I’ve been failing. Hard. At something I really want to succeed at.
I haven’t been able to still my mind.
So I’ll selfishly be using this blog to provide public shame if I don’t change my ways Help me out here.
I have a vision for my life. I’m trying to behave like the person I’m trying to become (that dude is fucking awesome). In many areas of life (Work, Physical, Fun come to mind) I am kicking ass and taking names. On others I am either pretty satisfied as-is or it’s just not a current focus (Relationships, Friends, Family). But there is one area of life where I have big aspirations – but suck at making progress.
I think the root cause of many of the life changed I’m going for come down to my less-than-ideal emotional and spiritual development.
- When I am introduced to someone – I often don’t remember (or even listen to) their name. Root cause = I don’t care about them.
- I work well with folks who love a good argument - but people who don’t like conflict find me pretty damn intolerable. Root cause = I don’t read the emotions of others and adjust my approach.
- I can’t seem to relax. Sitting still bothers me. I go hard until I burn out. Root cause = not sure…
These specific problems lead to my vision for the emotional/spiritual part of my life.
I am in control of my emotions – not a prisoner. I can shunt anger, summon my passion, direct my love and compassion.
I feel connected to something larger than myself – something unbearably large and important. And I am contributing to it.
I really fucking want this.
Progress So Far
- Read a bunch of books.
- Nothing is translating over into everyday life.
- Draft blog post in May on ‘Emotion Hacking.’
- Never published.
- Researched a bunch of retreats (Buddhism, Star Foundation.)
- Haven’t gone on any.
Close to squat on progress. I keep glimpsing the power of these disciplines. The day after reading The Art of Happiness I was *absolutely* more compassionate for at least 48 hours. It kicked ass. But I can’t seem to follow through.
What’s going on?
This is really hard for me. Go lift some weights until I puke. No problem. Eat only meat and vegetables? No problem. Email once a day? Tough – but ultimately no problem. Sit still for 10 minutes and try not to think of anything? Err…

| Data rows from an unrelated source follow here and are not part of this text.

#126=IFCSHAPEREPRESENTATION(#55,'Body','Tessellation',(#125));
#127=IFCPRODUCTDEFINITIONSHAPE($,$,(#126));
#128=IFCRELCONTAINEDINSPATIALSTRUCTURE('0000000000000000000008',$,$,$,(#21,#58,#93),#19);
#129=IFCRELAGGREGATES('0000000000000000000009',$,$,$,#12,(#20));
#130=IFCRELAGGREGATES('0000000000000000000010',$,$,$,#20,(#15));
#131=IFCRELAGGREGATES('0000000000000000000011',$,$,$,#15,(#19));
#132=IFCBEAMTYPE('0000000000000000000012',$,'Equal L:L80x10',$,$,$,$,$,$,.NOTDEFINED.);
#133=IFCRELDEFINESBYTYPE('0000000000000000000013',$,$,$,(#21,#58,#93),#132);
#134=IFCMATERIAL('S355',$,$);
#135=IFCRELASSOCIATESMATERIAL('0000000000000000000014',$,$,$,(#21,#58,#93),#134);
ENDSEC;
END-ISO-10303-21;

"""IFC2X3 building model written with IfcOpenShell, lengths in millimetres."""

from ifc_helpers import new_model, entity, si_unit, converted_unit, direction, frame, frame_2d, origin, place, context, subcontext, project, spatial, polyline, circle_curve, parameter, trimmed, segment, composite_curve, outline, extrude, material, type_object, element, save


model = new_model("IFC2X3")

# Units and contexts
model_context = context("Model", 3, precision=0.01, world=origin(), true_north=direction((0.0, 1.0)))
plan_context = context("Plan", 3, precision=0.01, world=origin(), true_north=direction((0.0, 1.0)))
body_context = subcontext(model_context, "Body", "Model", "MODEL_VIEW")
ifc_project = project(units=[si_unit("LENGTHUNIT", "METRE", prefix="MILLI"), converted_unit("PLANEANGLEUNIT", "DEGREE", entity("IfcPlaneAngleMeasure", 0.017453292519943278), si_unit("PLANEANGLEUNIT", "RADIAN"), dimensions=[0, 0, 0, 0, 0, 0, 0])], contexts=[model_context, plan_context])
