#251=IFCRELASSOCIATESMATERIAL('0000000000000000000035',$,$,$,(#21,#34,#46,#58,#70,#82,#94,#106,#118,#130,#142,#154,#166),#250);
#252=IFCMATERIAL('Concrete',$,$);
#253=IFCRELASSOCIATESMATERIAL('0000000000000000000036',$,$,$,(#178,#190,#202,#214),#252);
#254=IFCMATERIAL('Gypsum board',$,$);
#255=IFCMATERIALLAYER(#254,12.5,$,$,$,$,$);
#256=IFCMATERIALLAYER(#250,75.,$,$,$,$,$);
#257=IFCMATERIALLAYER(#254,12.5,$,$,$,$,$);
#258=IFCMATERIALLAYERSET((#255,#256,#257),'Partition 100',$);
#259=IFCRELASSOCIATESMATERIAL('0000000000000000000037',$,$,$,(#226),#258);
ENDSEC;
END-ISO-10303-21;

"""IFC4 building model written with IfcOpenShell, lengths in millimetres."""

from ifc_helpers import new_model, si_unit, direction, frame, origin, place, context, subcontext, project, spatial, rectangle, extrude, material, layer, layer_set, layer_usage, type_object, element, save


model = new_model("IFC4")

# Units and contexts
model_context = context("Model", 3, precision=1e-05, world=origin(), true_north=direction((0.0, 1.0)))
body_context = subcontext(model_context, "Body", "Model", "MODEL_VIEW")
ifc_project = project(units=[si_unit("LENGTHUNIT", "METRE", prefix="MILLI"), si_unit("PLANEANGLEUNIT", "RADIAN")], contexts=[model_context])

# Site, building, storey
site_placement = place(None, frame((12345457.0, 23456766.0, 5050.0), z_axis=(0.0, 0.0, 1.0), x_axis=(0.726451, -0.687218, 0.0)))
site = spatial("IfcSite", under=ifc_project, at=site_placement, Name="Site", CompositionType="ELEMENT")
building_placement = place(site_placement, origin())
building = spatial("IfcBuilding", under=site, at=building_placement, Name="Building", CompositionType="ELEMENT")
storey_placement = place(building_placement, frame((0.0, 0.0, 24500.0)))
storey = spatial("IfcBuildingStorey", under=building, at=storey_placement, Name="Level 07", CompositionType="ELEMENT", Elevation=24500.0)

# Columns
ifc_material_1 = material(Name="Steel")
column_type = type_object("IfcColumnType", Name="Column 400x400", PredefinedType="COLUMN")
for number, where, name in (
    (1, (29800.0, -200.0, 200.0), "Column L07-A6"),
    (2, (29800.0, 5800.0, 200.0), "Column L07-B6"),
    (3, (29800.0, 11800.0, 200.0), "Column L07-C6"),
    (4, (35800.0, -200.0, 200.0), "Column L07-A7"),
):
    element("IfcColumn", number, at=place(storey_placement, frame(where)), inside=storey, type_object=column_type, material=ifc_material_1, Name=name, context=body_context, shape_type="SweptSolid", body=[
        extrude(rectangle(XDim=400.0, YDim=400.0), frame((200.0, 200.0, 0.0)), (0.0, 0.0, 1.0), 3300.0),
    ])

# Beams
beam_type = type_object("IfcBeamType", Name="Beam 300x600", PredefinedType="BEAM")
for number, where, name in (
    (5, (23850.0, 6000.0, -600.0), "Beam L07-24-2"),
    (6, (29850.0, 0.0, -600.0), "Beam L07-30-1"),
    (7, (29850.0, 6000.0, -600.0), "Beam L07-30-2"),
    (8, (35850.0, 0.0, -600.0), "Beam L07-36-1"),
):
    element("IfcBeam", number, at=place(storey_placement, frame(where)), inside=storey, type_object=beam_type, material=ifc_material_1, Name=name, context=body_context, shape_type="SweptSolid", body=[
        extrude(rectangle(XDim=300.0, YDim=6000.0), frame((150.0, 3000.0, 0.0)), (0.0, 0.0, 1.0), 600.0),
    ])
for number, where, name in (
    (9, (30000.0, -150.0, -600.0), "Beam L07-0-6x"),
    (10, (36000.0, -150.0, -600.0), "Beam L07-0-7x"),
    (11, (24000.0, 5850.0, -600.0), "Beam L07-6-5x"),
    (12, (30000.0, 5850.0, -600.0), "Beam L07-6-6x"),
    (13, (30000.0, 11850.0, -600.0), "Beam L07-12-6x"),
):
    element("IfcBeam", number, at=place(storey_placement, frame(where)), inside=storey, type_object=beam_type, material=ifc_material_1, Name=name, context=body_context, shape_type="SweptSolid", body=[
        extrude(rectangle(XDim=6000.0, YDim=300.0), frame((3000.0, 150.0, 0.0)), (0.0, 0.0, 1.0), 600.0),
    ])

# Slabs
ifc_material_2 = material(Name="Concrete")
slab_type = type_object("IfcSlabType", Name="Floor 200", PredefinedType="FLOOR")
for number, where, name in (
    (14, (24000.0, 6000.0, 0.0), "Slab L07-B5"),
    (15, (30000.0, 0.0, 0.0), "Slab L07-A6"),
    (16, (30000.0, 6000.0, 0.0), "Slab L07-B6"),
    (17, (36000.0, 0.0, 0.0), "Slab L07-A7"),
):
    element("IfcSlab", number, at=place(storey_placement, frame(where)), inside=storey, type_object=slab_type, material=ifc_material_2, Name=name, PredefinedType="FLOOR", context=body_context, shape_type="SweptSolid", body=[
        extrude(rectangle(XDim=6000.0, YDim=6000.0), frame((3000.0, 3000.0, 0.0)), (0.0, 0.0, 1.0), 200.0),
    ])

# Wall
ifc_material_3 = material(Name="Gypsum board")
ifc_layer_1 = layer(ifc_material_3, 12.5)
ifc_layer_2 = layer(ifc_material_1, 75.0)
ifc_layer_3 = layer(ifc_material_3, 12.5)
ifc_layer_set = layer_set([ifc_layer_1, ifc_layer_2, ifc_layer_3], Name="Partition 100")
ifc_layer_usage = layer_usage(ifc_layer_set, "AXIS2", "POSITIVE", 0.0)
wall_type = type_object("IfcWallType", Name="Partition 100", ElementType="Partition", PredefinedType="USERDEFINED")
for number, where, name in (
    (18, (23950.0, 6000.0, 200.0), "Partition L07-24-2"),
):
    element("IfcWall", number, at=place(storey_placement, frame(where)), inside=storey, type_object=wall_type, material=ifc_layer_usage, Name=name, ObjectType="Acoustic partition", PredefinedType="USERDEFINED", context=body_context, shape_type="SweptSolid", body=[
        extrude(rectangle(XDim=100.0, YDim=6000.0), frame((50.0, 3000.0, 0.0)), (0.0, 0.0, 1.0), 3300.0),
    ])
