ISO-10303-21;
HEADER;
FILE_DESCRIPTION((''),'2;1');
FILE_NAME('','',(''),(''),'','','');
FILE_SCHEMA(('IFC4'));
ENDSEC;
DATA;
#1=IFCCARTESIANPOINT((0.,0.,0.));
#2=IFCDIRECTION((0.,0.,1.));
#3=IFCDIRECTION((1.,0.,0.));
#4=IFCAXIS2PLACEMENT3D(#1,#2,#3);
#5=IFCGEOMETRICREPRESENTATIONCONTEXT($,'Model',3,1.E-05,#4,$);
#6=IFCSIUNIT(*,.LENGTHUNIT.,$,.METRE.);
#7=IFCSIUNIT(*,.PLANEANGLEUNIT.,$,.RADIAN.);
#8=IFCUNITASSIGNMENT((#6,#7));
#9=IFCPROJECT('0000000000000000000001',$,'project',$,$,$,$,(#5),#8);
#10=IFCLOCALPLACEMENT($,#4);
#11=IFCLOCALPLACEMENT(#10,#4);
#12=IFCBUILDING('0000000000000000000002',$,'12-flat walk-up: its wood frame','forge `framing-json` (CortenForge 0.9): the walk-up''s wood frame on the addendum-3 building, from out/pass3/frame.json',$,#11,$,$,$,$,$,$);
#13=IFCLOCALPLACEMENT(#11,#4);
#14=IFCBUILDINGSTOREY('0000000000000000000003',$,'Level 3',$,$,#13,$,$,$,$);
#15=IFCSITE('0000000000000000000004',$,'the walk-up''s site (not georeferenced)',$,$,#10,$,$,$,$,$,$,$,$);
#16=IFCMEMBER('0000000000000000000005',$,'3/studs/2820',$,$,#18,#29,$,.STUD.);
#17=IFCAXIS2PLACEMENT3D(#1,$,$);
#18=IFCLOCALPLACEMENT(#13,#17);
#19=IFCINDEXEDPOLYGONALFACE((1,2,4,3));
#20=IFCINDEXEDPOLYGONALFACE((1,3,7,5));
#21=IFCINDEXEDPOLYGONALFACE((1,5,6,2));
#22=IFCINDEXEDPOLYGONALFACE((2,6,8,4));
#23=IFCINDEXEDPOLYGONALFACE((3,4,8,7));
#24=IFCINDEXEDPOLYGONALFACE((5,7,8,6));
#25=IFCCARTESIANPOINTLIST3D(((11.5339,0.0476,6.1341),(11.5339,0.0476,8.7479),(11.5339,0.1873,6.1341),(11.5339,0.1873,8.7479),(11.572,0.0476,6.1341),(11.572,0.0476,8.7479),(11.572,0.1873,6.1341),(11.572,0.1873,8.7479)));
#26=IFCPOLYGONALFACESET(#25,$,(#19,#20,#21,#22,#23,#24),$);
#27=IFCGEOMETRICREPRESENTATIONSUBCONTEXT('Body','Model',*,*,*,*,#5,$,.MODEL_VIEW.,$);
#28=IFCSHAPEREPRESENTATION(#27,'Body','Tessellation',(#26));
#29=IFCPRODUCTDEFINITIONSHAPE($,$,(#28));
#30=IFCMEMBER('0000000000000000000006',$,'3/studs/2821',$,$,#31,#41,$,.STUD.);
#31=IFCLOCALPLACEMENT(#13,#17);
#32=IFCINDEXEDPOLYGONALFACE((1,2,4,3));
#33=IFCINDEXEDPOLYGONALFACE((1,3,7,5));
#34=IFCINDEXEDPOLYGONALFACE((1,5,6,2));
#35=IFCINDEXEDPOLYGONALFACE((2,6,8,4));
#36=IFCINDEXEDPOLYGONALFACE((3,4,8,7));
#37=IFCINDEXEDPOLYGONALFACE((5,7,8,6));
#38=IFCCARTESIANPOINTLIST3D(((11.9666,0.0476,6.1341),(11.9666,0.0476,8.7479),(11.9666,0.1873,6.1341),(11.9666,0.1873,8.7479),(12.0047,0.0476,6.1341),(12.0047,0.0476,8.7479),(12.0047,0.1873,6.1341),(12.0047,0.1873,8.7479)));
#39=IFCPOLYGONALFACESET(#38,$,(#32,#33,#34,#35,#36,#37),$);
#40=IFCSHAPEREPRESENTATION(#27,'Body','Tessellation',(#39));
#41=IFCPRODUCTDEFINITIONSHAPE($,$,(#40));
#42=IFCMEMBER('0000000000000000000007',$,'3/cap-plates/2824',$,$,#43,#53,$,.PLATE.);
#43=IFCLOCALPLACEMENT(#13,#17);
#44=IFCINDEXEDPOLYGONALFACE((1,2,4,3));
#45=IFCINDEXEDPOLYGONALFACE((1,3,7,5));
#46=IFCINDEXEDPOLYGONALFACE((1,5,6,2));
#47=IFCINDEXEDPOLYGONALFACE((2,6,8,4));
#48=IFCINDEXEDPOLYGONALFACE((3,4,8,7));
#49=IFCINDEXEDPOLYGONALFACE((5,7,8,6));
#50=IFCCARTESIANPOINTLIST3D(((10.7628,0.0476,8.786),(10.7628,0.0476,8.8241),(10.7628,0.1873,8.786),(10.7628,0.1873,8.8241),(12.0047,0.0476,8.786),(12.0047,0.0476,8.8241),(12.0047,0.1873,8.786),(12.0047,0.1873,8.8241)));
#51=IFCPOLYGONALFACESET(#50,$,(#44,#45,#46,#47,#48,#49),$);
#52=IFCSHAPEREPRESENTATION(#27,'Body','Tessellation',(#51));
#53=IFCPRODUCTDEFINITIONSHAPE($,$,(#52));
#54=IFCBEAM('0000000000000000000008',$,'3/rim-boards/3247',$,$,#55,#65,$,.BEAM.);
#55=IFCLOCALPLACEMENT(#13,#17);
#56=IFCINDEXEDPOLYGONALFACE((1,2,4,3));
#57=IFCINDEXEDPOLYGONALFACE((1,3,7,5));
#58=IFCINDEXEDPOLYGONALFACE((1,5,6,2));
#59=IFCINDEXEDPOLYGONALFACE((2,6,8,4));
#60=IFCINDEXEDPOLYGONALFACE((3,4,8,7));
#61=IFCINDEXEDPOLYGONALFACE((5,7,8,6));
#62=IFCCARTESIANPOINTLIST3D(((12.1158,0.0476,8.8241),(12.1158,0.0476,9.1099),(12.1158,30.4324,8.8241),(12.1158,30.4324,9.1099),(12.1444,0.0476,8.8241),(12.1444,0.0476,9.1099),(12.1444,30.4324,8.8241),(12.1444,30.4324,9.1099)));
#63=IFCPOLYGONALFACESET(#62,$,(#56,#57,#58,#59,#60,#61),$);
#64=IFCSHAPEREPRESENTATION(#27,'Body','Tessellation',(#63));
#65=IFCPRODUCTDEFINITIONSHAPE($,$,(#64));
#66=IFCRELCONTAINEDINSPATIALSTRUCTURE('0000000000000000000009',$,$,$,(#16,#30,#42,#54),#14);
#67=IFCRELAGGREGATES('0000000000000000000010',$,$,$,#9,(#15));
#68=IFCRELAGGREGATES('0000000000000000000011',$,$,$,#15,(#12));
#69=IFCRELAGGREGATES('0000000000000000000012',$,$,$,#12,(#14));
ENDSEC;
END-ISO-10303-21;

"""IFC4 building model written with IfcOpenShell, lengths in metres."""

from ifc_helpers import new_model, si_unit, frame, frame_2d, origin, origin_with_axes, place, context, subcontext, project, spatial, rectangle, extrude, element, save


model = new_model("IFC4")

# Units and contexts
model_context = context("Model", 3, precision=1e-05, world=origin_with_axes())
body_context = subcontext(model_context, "Body", "Model", "MODEL_VIEW")
ifc_project = project(units=[si_unit("LENGTHUNIT", "METRE"), si_unit("PLANEANGLEUNIT", "RADIAN")], contexts=[model_context])

# Site, building, storey
site_placement = place(None, origin_with_axes())
site = spatial("IfcSite", under=ifc_project, at=site_placement, Name="the walk-up's site (not georeferenced)")
building_placement = place(site_placement, origin_with_axes())
building = spatial("IfcBuilding", under=site, at=building_placement, Name="12-flat walk-up: its wood frame", Description="forge `framing-json` (CortenForge 0.9): the walk-up's wood frame on the addendum-3 building, from out/pass3/frame.json")
storey_placement = place(building_placement, origin_with_axes())
storey = spatial("IfcBuildingStorey", under=building, at=storey_placement, Name="Level 3")

# Members
for number, where, z_axis, x_axis, name in (
    (1, (11.5339, 0.0476, 6.1341), (0.0, 0.0, 1.0), (1.0, 0.0, 0.0), "3/studs/2820"),
    (2, (11.9666, 0.0476, 6.1341), (0.0, 0.0, 1.0), (1.0, 0.0, 0.0), "3/studs/2821"),
):
    element("IfcMember", number, at=place(storey_placement, frame(where, z_axis=z_axis, x_axis=x_axis)), inside=storey, Name=name, PredefinedType="STUD", context=body_context, shape_type="SweptSolid", body=[
        extrude(rectangle(XDim=0.0381, YDim=0.1397, at=frame_2d((0.0191, 0.0698))), origin(), (0.0, 0.0, 1.0), 2.6138),
    ])
member_1_placement = place(storey_placement, frame((10.7628, 0.0476, 8.786), z_axis=(0.0, 0.0, 1.0), x_axis=(1.0, 0.0, 0.0)))
element("IfcMember", 3, at=member_1_placement, inside=storey, Name="3/cap-plates/2824", PredefinedType="PLATE", context=body_context, shape_type="SweptSolid", body=[
    extrude(rectangle(XDim=1.2419, YDim=0.1397, at=frame_2d((0.6209, 0.0698))), origin(), (0.0, 0.0, 1.0), 0.0381),
])

# Beam
beam_placement = place(storey_placement, frame((12.1158, 0.0476, 8.8241), z_axis=(0.0, 0.0, 1.0), x_axis=(1.0, 0.0, 0.0)))
element("IfcBeam", 4, at=beam_placement, inside=storey, Name="3/rim-boards/3247", PredefinedType="BEAM", context=body_context, shape_type="SweptSolid", body=[
    extrude(rectangle(XDim=0.0286, YDim=30.3848, at=frame_2d((0.0143, 15.1924))), origin(), (0.0, 0.0, 1.0), 0.2858),
])

save(model, "model.ifc")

But today is the day I get started. No more fucking excuses. I want this, there are numerous benefits, and I can do it.
30-Day Trial – Meditation
For the next 30 days I will meditate for 10 minutes each day.
I haven’t decided on the precise meditation technique I will use. I will experiment. I’ll start with sitting still, focusing on my breathing, and thinking of absolutely nothing. I’ll be doing this right after I get up in the morning ideally.
I have no excuse not to do this.
- Practicing meditation connects directly to the vision I have for my life.
- The benefits of meditation are numerous.
- I have plenty of time on my hands, with few distractions.
- I’m only committing for 30 days.
- 10 minutes a day is a short time.
- I’ll be emailing Johnny and Derek every day with my results.
- I’ll be playing bud.ge – specifically a health behavior change program called Meditation Buddy.
- I’ll report back here on results in 30 days – public shame at failure will help.
Help me with this. If you see me – ask how it’s going. I shall not fail.